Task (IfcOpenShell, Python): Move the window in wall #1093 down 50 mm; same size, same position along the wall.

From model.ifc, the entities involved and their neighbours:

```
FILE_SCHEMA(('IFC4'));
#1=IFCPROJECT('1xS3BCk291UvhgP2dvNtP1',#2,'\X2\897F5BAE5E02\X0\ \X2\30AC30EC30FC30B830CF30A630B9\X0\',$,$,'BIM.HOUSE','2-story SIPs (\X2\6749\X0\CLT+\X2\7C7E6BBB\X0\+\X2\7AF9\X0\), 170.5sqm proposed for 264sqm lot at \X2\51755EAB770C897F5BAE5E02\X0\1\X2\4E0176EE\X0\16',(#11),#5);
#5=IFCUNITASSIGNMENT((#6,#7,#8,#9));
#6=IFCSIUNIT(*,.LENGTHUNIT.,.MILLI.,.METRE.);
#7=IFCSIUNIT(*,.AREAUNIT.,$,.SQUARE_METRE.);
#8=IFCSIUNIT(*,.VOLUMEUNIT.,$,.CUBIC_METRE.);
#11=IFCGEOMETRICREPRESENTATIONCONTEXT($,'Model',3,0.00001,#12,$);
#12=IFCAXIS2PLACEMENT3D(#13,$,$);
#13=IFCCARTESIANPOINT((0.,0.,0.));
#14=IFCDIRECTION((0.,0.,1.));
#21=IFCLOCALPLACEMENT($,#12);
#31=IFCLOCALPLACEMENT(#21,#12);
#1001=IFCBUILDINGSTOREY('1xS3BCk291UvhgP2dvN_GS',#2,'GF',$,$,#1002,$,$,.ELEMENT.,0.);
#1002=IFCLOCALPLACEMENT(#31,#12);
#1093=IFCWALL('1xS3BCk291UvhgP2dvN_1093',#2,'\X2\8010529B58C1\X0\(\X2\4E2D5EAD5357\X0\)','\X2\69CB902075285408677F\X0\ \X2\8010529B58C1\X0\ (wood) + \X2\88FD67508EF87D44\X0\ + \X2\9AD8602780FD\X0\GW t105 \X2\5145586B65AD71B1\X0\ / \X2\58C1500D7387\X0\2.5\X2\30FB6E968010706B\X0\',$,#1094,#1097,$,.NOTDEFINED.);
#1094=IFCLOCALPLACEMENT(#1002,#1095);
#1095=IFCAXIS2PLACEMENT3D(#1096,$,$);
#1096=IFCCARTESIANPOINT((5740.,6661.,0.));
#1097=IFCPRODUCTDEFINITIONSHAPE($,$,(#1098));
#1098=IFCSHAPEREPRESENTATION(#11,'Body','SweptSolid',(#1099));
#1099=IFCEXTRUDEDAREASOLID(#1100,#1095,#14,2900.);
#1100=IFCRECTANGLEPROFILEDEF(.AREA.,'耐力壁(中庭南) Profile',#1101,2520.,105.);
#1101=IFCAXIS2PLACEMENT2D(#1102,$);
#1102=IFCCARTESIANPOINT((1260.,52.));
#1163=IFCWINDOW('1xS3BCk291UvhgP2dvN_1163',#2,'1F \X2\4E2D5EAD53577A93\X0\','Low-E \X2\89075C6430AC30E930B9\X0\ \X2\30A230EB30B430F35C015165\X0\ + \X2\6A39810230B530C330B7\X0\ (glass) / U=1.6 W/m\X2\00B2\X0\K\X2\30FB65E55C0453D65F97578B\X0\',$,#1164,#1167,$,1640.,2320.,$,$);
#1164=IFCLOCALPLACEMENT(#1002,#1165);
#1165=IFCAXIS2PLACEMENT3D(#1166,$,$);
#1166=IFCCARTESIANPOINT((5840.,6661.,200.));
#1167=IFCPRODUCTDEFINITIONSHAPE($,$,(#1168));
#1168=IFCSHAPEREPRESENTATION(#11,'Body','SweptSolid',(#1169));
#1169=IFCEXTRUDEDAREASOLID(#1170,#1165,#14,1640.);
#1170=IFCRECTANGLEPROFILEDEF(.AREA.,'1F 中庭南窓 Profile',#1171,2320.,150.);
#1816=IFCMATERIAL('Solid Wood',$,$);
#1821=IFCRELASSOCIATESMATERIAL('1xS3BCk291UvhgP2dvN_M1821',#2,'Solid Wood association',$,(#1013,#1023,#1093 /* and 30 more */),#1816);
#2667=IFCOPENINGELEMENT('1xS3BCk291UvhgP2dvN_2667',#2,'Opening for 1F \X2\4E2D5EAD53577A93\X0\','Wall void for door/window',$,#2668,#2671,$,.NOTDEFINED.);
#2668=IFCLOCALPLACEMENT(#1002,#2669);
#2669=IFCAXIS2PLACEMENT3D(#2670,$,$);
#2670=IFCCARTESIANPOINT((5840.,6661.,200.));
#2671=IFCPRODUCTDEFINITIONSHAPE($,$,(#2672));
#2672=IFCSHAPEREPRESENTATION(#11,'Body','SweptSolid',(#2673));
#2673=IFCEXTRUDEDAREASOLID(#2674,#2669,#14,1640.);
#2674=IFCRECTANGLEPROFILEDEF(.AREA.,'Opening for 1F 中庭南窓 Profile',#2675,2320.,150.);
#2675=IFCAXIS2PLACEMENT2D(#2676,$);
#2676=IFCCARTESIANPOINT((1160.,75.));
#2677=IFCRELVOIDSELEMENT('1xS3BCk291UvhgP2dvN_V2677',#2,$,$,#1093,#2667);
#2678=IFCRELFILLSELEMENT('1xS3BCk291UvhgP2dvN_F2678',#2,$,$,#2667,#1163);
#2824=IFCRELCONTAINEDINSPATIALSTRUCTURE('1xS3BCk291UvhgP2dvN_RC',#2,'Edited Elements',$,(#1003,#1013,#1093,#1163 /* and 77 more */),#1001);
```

```python
import numpy as np
import ifcopenshell
import ifcopenshell.api.geometry
import ifcopenshell.util.placement
import ifcopenshell.util.unit

model = ifcopenshell.open("model.ifc")
unit_scale = ifcopenshell.util.unit.calculate_unit_scale(model)

window = model.by_guid("1xS3BCk291UvhgP2dvN_1163")
opening = window.FillsVoids[0].RelatingOpeningElement
dz = -0.05 / unit_scale

shift = np.array([0.0, 0.0, dz])
# The window is not placed relative to its opening, so move both.
for product in (opening, window):
    matrix = ifcopenshell.util.placement.get_local_placement(product.ObjectPlacement)
    matrix[:3, 3] += shift
    ifcopenshell.api.geometry.edit_object_placement(model, product=product, matrix=matrix, is_si=False)

print(f"moved by {dz * unit_scale:+.3f} m")

model.write("model_v2.ifc")
```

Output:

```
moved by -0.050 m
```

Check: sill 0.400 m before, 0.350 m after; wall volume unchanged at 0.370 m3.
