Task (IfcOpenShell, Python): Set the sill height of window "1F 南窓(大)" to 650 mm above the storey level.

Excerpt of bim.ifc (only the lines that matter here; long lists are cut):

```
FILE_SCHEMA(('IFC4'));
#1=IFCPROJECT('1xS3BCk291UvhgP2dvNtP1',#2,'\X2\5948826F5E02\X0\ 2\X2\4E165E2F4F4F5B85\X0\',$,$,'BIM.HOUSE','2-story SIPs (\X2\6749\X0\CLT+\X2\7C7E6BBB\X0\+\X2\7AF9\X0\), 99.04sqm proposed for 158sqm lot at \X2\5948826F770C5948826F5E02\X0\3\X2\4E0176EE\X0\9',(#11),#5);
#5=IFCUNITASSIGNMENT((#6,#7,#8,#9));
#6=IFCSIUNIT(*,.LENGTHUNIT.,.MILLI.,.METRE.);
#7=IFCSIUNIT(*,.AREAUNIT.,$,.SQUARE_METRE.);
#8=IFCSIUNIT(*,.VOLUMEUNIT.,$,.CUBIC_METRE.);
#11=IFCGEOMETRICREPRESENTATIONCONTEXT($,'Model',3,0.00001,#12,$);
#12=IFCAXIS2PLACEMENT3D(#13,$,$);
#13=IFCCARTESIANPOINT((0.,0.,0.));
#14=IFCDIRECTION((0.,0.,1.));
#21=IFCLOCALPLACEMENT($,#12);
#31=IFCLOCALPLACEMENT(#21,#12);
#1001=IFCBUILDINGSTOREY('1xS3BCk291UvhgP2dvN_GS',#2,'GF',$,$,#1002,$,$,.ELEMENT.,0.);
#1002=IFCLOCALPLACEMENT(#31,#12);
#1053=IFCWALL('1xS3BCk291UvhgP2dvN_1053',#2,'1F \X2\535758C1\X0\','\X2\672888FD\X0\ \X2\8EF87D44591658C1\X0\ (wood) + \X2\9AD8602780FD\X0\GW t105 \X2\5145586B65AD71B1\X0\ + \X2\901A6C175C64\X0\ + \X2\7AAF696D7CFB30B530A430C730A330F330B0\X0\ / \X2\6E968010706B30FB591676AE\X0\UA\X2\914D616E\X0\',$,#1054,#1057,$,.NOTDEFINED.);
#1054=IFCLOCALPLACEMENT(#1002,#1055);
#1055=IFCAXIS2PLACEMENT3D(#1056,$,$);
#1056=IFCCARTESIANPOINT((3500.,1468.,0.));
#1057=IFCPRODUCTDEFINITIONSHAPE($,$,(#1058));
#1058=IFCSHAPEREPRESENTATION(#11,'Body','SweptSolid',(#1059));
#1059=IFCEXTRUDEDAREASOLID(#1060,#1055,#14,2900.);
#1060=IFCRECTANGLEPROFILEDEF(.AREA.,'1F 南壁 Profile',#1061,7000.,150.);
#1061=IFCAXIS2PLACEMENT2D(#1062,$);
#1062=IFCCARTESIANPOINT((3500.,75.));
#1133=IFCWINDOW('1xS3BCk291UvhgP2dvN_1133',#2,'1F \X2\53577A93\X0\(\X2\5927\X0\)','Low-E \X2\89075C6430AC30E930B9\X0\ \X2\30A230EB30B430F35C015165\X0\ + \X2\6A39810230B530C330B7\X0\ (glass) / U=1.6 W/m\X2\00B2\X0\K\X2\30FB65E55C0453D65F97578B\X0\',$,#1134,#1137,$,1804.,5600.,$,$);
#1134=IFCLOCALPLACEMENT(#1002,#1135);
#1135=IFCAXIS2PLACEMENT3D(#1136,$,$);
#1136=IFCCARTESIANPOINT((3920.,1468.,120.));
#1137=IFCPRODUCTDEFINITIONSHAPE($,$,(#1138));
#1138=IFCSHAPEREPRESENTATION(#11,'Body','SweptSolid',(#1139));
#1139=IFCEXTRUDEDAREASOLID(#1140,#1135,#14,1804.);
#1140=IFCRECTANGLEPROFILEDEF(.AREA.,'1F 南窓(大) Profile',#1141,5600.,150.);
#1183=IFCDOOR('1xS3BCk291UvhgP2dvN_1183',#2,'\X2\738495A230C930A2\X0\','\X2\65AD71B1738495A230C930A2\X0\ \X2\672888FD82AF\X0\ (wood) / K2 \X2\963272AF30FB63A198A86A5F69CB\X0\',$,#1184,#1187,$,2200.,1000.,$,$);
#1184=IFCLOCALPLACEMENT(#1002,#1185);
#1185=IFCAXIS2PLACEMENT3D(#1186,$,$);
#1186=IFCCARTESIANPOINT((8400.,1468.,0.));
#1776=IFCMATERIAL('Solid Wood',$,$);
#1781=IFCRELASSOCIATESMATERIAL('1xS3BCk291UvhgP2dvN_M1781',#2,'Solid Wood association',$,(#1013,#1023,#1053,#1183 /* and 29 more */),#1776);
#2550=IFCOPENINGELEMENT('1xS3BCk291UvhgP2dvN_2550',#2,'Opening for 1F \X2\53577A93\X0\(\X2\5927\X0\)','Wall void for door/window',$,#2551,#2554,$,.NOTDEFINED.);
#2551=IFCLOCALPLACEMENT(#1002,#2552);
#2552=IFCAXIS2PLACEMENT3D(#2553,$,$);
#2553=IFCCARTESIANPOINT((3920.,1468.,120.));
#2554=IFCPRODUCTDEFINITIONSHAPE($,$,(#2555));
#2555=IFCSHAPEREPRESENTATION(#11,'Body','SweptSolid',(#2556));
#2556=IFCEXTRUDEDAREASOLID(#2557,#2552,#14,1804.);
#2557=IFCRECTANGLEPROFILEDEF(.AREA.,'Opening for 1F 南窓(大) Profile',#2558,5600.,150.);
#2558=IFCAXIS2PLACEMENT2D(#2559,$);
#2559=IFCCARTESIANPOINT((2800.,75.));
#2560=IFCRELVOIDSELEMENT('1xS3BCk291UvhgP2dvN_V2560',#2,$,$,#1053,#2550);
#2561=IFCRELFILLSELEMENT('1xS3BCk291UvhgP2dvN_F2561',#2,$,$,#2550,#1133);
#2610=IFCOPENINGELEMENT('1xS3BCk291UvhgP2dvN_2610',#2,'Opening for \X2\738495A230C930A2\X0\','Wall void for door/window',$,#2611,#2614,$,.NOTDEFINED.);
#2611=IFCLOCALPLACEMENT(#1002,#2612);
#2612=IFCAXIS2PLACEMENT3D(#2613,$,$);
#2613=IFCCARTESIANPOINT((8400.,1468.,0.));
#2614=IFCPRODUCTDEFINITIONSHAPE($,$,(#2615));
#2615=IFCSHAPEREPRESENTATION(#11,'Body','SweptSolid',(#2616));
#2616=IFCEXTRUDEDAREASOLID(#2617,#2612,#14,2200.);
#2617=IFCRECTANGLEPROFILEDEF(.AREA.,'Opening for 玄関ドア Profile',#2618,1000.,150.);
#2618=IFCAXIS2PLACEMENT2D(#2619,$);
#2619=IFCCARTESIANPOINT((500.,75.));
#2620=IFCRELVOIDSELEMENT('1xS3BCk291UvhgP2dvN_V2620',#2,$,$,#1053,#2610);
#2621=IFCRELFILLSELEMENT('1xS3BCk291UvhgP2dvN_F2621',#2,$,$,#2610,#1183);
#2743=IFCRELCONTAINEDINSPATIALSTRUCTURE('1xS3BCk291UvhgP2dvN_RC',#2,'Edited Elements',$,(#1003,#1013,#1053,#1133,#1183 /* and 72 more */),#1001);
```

```python
import numpy as np
import ifcopenshell
import ifcopenshell.api.geometry
import ifcopenshell.geom
import ifcopenshell.util.element
import ifcopenshell.util.placement
import ifcopenshell.util.shape
import ifcopenshell.util.unit

model = ifcopenshell.open("bim.ifc")
unit_scale = ifcopenshell.util.unit.calculate_unit_scale(model)

window = model.by_guid("1xS3BCk291UvhgP2dvN_1133")
opening = window.FillsVoids[0].RelatingOpeningElement
storey = ifcopenshell.util.element.get_container(window, ifc_class="IfcBuildingStorey")
level = ifcopenshell.util.placement.get_local_placement(storey.ObjectPlacement)[2, 3]

# The opening's origin need not be at the sill, so measure its lowest point.
shape = ifcopenshell.geom.create_shape(ifcopenshell.geom.settings(), opening)
bottom = ifcopenshell.util.shape.get_shape_bottom_elevation(shape, shape.geometry) / unit_scale
dz = level + 0.65 / unit_scale - bottom

shift = np.array([0.0, 0.0, dz])
# The window is not placed relative to its opening, so move both.
for product in (opening, window):
    matrix = ifcopenshell.util.placement.get_local_placement(product.ObjectPlacement)
    matrix[:3, 3] += shift
    ifcopenshell.api.geometry.edit_object_placement(model, product=product, matrix=matrix, is_si=False)

print(f"moved by {dz * unit_scale:+.3f} m")

model.write("bim_updated.ifc")
```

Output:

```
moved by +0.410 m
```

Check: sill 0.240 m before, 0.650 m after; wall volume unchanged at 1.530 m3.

##############################

Assignment = Gather up the lines containing the word "IFCWINDOW" from these records and copy them.

Completed task =
#1163=IFCWINDOW('1xS3BCk291UvhgP2dvN_1163',#2,'1F \X2\4E2D5EAD53577A93\X0\','Low-E \X2\89075C6430AC30E930B9\X0\ \X2\30A230EB30B430F35C015165\X0\ + \X2\6A39810230B530C330B7\X0\ (glass) / U=1.6 W/m\X2\00B2\X0\K\X2\30FB65E55C0453D65F97578B\X0\',$,#1164,#1167,$,1640.,2320.,$,$);
#1133=IFCWINDOW('1xS3BCk291UvhgP2dvN_1133',#2,'1F \X2\53577A93\X0\(\X2\5927\X0\)','Low-E \X2\89075C6430AC30E930B9\X0\ \X2\30A230EB30B430F35C015165\X0\ + \X2\6A39810230B530C330B7\X0\ (glass) / U=1.6 W/m\X2\00B2\X0\K\X2\30FB65E55C0453D65F97578B\X0\',$,#1134,#1137,$,1804.,5600.,$,$);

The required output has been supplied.